You are right that Django doesn't help with scenarios like this out of the box, but it's actually surprisingly easy to work it around. Here is a brief description of what I did.
I could see a synergy between what I wanted to achieve and django.contrib.sites. Also because many third-party Django apps out there know how to work with it and use it, for example, to generate absolute URLs to the current site. The major problem with sites is that it wants you to specify the current site id in settings.SITE_ID, which a very naive approach to the multi host problem. What one naturally wants, and what you also mention, is to determine the current site from the Host request header. To fix this problem, I borrowed the hook idea from django-multisite: https://github.com/shestera/django-multisite/blob/master/multisite/threadlocals.py#L19
Next I created an app encapsulating all the functionality related to the multi host aspect of my project. In my case the app was called stores and among other things it featured two important classes: stores.middleware.StoreMiddleware and stores.models.Store.

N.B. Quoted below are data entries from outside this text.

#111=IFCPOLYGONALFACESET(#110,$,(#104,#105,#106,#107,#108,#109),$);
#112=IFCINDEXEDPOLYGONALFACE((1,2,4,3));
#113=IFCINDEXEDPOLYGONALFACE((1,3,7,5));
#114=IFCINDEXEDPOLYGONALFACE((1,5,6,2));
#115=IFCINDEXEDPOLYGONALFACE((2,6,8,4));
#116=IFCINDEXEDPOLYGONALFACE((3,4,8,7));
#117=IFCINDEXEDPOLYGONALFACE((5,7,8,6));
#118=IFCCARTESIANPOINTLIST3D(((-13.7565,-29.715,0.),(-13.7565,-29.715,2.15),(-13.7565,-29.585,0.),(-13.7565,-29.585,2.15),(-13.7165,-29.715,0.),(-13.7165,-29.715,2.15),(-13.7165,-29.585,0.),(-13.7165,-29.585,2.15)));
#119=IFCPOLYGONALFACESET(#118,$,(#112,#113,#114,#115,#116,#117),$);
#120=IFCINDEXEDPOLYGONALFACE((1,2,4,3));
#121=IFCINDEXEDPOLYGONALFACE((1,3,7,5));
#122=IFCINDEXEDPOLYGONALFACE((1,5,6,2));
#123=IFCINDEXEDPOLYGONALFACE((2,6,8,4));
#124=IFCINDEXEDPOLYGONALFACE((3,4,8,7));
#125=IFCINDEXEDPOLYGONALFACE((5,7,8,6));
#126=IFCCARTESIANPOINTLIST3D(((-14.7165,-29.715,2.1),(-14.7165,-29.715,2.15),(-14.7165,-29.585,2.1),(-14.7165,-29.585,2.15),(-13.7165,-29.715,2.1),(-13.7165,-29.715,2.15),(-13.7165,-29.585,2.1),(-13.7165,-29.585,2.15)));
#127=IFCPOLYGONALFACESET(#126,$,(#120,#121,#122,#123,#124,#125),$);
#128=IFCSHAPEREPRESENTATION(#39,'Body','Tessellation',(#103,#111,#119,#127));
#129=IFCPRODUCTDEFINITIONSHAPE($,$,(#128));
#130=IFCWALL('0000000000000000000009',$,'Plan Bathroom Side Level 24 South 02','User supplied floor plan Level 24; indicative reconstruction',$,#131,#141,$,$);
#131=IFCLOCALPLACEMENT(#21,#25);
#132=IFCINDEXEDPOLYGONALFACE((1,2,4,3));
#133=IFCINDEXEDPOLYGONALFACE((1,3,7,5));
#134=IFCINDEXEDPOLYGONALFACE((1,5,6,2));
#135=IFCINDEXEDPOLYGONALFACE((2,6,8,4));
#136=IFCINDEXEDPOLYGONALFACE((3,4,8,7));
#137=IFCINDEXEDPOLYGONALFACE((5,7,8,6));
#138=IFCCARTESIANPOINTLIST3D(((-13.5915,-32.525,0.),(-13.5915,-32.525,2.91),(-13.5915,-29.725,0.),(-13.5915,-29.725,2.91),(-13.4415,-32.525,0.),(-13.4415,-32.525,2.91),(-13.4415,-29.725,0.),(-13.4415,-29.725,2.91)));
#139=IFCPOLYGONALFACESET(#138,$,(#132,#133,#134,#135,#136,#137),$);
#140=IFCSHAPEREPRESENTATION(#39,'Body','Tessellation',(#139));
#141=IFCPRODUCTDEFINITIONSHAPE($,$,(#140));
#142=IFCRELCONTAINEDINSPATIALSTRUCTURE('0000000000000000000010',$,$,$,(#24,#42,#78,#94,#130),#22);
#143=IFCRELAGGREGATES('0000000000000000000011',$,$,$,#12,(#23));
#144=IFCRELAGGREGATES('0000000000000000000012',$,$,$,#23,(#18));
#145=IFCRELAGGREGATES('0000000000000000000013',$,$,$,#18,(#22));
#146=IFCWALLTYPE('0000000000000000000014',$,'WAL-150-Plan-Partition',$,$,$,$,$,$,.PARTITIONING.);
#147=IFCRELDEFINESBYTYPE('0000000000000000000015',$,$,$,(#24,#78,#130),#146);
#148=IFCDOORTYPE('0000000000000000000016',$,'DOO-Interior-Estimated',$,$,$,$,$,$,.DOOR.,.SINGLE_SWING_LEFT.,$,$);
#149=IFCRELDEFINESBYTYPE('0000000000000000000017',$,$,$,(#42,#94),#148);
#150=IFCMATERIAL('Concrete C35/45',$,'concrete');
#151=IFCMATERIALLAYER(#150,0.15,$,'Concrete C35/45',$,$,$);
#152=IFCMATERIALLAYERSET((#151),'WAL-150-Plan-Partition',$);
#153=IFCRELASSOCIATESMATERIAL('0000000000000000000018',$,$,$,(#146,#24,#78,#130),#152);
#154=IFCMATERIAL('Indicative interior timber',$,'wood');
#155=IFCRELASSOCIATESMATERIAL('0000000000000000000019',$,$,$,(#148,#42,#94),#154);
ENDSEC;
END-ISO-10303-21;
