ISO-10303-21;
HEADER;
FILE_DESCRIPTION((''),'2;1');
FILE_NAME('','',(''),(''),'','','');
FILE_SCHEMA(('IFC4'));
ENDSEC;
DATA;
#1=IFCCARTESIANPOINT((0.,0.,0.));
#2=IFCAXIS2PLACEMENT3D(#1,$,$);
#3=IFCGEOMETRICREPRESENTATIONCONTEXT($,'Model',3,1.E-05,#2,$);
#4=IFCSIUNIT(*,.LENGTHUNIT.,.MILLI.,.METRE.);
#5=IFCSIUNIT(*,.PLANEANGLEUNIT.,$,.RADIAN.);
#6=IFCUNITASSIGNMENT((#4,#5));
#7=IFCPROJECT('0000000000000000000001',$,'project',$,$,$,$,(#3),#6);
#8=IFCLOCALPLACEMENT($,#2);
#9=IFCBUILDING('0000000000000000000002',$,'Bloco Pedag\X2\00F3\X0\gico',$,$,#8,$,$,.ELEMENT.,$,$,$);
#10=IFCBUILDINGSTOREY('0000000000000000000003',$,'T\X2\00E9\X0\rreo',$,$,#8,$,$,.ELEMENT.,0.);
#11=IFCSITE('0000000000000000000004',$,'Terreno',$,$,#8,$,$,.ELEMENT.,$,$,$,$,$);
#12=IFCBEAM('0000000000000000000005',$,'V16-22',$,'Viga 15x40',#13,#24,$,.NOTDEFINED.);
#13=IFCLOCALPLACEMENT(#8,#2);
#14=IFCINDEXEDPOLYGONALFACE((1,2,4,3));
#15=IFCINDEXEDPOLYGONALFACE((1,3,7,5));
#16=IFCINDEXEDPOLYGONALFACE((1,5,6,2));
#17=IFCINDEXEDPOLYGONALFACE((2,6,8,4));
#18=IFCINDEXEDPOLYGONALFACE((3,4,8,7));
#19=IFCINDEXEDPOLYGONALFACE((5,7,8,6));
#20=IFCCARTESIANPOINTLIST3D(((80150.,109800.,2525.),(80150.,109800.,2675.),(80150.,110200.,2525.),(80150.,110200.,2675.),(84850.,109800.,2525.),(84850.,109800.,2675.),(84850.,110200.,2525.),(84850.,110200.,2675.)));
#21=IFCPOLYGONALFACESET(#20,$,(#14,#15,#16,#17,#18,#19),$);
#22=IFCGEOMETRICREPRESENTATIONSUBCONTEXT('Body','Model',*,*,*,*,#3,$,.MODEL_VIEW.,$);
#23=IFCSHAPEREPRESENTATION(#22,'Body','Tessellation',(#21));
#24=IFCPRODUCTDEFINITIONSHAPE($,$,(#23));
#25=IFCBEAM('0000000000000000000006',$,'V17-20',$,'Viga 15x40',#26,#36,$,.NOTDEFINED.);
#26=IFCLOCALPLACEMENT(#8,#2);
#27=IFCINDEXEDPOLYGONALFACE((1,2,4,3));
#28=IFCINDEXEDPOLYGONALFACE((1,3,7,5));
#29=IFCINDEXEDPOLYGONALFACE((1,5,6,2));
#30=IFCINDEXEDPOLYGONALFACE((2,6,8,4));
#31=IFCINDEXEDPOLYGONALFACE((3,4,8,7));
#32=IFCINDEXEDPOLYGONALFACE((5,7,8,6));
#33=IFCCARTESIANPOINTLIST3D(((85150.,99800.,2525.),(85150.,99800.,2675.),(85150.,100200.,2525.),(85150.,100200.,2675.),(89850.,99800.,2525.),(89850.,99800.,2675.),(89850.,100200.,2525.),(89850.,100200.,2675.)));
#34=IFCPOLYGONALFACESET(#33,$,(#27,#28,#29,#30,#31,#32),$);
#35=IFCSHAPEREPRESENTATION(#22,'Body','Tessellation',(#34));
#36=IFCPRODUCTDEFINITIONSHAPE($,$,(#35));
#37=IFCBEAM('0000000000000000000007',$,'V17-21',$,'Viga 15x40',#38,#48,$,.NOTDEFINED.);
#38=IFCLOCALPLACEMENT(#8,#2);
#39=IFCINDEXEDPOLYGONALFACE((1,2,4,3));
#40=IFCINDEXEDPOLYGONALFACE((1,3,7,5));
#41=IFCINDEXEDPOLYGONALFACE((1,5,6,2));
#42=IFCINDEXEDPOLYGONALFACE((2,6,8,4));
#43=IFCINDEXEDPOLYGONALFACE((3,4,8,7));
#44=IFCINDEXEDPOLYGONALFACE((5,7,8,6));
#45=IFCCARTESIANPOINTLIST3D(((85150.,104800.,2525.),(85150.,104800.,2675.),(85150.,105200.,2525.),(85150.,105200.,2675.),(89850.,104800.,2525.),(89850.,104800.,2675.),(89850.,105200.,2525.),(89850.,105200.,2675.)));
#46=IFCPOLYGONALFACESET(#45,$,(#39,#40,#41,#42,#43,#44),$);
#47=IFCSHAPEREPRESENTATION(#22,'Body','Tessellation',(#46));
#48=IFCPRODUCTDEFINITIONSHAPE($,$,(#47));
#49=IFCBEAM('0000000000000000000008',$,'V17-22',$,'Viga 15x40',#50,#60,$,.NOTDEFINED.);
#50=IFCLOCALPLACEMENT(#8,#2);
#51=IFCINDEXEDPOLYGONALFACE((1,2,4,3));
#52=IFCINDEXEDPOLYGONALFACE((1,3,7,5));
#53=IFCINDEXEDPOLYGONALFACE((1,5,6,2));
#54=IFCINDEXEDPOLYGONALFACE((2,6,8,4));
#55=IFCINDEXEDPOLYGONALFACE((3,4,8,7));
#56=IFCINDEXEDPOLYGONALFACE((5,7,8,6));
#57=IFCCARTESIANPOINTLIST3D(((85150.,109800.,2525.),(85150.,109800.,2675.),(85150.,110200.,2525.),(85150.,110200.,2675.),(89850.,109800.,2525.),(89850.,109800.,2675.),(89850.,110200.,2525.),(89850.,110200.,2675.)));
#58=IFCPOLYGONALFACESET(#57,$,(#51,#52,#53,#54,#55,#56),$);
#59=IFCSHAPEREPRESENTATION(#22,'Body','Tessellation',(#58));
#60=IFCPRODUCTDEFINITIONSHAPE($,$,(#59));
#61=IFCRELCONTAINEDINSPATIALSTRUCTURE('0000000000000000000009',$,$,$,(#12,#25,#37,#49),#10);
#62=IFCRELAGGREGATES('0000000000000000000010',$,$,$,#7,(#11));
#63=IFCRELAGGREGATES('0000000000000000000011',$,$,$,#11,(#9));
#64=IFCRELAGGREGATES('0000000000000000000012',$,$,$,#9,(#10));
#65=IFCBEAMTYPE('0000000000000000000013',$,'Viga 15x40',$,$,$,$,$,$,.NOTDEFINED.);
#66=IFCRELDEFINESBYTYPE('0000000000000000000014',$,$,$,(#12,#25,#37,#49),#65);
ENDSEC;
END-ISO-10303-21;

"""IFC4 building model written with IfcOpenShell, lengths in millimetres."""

from ifc_helpers import new_model, si_unit, frame, origin, origin_2d, place, context, subcontext, project, spatial, rectangle, extrude, type_object, element, save


model = new_model("IFC4")

# Units and contexts
model_context = context("Model", 3, precision=1e-05, world=origin())
body_context = subcontext(model_context, "Body", "Model", "MODEL_VIEW")
ifc_project = project(units=[si_unit("LENGTHUNIT", "METRE", prefix="MILLI"), si_unit("PLANEANGLEUNIT", "RADIAN")], contexts=[model_context])

# Site, building, storey
placement = place(None, origin())
site = spatial("IfcSite", under=ifc_project, at=placement, Name="Terreno", CompositionType="ELEMENT")
building = spatial("IfcBuilding", under=site, at=placement, Name="Bloco Pedagógico", CompositionType="ELEMENT")
storey = spatial("IfcBuildingStorey", under=building, at=placement, Name="Térreo", CompositionType="ELEMENT", Elevation=0.0)

# Beams
beam_type = type_object("IfcBeamType", Name="Viga 15x40", PredefinedType="NOTDEFINED")
for number, where, z_axis, x_axis, name in (
    (1, (80150.0, 110000.0, 2600.0), (1.0, 0.0, 0.0), (0.0, 1.0, 0.0), "V16-22"),
    (2, (85150.0, 100000.0, 2600.0), (1.0, 0.0, 0.0), (0.0, 1.0, 0.0), "V17-20"),
    (3, (85150.0, 105000.0, 2600.0), (1.0, 0.0, 0.0), (0.0, 1.0, 0.0), "V17-21"),
    (4, (85150.0, 110000.0, 2600.0), (1.0, 0.0, 0.0), (0.0, 1.0, 0.0), "V17-22"),
):
    element("IfcBeam", number, at=place(None, frame(where, z_axis=z_axis, x_axis=x_axis)), inside=storey, type_object=beam_type, Name=name, ObjectType="Viga 15x40", PredefinedType="NOTDEFINED", context=body_context, shape_type="SweptSolid", body=[
        extrude(rectangle(XDim=400.0, YDim=150.0, at=origin_2d()), None, (0.0, 0.0, 1.0), 4700.0),
    ])

save(model, "model.ifc")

The model class is a subclass of django.contrib.sites.models.Site. The good thing about subclassing Site is that you can pass a Store to any function where a Site is expected. So you are effectively still just using the old, well documented and tested sites framework. To the Store class I added all the fields needed to configure all the different stores. So it's got fields like urlconf, theme, robots_txt and whatnot.
The middleware class' function was to match the Host header with the corresponding Store instance in the database. Once the matching Store was retrieved, It would patch the SITE_ID in a way similar to https://github.com/shestera/django-multisite/blob/master/multisite/middleware.py. Also, it looked at the store's urlconf and if it was not None, it would set request.urlconf to apply its special URL requirements. After that, the current Store instance was stored in request.store. This has proven to be incredibly useful, because I was able to do things like this in my views:
def homepage(request):
featured = Product.objects.filter(featured=True, store=request.store)
...
request.store became a natural additional dimension of the request object throughout the project for me.

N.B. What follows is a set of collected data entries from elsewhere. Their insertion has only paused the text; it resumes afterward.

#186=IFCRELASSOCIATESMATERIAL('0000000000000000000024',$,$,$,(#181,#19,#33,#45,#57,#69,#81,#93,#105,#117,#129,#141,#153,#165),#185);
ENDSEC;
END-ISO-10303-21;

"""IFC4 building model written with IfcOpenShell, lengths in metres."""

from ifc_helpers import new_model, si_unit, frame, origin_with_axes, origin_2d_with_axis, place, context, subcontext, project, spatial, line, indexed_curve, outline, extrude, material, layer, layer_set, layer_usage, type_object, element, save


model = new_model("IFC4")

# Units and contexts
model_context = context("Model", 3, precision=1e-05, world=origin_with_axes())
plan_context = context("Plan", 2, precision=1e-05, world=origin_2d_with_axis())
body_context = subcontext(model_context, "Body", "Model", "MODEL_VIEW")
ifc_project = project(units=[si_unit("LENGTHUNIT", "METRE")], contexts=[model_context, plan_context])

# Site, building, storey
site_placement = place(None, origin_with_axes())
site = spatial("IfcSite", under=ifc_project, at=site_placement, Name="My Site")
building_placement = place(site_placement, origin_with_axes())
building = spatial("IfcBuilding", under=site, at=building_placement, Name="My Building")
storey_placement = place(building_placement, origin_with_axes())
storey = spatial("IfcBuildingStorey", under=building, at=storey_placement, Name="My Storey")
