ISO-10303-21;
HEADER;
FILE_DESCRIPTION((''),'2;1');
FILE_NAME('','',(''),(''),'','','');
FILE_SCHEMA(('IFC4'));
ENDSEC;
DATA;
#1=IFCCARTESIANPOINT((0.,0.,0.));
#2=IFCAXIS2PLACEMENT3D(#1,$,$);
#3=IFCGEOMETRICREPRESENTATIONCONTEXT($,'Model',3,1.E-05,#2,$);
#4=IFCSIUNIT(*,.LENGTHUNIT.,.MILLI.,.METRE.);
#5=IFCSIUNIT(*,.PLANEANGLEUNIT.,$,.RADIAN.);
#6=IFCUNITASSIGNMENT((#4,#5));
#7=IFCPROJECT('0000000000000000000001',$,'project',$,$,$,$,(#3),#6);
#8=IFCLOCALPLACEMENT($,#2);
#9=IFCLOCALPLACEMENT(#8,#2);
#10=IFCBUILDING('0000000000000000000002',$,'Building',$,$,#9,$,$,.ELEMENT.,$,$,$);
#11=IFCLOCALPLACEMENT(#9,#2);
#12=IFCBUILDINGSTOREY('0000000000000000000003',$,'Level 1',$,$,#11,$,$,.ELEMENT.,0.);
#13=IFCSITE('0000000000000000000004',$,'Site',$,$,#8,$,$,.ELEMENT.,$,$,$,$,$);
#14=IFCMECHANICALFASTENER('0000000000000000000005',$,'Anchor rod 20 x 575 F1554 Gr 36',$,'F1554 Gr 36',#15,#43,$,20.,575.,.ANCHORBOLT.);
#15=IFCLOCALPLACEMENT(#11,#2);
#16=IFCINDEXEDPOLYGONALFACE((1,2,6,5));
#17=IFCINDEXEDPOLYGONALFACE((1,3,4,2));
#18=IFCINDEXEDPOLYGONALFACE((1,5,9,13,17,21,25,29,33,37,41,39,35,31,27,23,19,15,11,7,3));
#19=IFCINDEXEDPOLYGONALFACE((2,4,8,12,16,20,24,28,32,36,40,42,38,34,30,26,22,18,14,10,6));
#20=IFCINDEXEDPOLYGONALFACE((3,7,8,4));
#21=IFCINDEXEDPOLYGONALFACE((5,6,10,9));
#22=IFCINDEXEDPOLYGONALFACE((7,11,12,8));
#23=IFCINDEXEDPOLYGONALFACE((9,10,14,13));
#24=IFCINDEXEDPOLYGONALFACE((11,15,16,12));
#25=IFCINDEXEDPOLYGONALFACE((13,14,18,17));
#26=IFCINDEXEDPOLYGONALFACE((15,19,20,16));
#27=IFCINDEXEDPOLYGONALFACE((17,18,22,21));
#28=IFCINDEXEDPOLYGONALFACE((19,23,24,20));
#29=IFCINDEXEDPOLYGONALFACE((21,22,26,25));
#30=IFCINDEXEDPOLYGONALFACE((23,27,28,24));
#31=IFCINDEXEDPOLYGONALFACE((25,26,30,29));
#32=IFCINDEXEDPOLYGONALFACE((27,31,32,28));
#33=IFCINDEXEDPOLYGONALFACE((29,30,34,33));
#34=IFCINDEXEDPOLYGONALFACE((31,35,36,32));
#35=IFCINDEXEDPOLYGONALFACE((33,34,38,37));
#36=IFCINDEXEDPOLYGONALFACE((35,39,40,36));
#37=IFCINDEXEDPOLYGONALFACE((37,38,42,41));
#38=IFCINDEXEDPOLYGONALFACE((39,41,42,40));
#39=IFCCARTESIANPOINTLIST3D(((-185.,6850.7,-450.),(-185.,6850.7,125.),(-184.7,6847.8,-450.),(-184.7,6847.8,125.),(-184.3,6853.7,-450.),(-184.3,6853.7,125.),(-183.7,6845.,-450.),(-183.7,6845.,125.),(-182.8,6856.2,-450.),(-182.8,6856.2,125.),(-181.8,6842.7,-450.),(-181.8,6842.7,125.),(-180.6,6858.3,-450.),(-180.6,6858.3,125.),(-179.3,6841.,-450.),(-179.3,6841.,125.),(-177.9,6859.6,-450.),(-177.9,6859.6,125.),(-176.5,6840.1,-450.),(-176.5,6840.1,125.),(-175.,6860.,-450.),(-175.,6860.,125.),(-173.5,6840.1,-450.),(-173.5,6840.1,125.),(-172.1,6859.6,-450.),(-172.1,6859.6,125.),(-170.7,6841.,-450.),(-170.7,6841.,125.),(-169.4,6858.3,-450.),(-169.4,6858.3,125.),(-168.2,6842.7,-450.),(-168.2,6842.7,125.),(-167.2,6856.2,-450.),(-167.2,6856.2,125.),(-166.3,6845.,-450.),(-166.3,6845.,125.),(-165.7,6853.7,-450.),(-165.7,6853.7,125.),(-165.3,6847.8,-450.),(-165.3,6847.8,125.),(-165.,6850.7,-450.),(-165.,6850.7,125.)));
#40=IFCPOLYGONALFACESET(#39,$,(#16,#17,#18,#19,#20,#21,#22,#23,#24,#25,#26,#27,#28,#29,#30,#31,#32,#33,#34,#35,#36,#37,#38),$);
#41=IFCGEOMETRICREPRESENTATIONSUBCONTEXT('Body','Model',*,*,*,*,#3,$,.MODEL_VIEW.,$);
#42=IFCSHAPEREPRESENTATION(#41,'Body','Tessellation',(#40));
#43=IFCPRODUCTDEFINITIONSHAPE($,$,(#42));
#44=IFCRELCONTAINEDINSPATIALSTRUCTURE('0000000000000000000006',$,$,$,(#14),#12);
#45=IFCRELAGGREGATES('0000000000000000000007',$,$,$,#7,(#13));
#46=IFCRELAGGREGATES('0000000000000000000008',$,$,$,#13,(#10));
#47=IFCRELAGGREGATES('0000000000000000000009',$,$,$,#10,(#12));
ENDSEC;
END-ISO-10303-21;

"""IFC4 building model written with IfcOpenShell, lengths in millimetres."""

from ifc_helpers import new_model, si_unit, frame, origin, origin_2d, place, context, subcontext, project, spatial, circle, extrude, element, save


model = new_model("IFC4")

# Units and contexts
model_context = context("Model", 3, precision=1e-05, world=origin())
body_context = subcontext(model_context, "Body", "Model", "MODEL_VIEW")
ifc_project = project(units=[si_unit("LENGTHUNIT", "METRE", prefix="MILLI"), si_unit("PLANEANGLEUNIT", "RADIAN")], contexts=[model_context])

# Site, building, storey
site_placement = place(None, origin())
site = spatial("IfcSite", under=ifc_project, at=site_placement, Name="Site", CompositionType="ELEMENT")
building_placement = place(site_placement, origin())
building = spatial("IfcBuilding", under=site, at=building_placement, Name="Building", CompositionType="ELEMENT")
storey_placement = place(building_placement, origin())
storey = spatial("IfcBuildingStorey", under=building, at=storey_placement, Name="Level 1", CompositionType="ELEMENT", Elevation=0.0)

# Mechanical fastener
for number, where, z_axis, x_axis, name in (
    (1, (-175.0, 6850.0, 125.0), (0.0, 0.0, -1.0), (0.0, 1.0, 0.0), "Anchor rod 20 x 575 F1554 Gr 36"),
):
    element("IfcMechanicalFastener", number, at=place(storey_placement, frame(where, z_axis=z_axis, x_axis=x_axis)), inside=storey, Name=name, ObjectType="F1554 Gr 36", NominalDiameter=20.0, NominalLength=575.0, PredefinedType="ANCHORBOLT", context=body_context, shape_type="SweptSolid", body=[
        extrude(circle(Radius=10.0, at=origin_2d()), origin(), (0.0, 0.0, 1.0), 575.0),
    ])

save(model, "model.ifc")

Another thing that was defined on the Store class was a function get_absolute_url whose implementation looked roughly like this:
def get_absolute_url(self, to='/'):
"""
Return an absolute url to this `Store` or to `to` on this store.
The URL includes http:// and the domain name of the store.
`to` can be an object with `get_absolute_url()` or an absolute path as string.
"""
if isinstance(to, basestring):
path = to
elif hasattr(to, 'get_absolute_url'):
path = to.get_absolute_url()
else:
raise ValueError(
'Invalid argument (need a string or an object with get_absolute_url): %s' % to
)
url = 'http://%s%s%s' % (
self.domain,
# This setting allowed for a sane development environment
# where I just set it to ".dev:8000" and configured `dnsmasq`.
# The same value was also removed from the `Host` value in the middleware
# before looking up the `Store` in database.
settings.DOMAIN_SUFFIX,
path
)
return url
So I could easily generate URLs to objects on other than the current store, e.g.:
# Redirect to `product` on `store`.
redirect(store.get_absolute_url(product))
This was basically all I needed to be able to implement a system allowing users to create a new e-shop living on its own domain via the Django admin.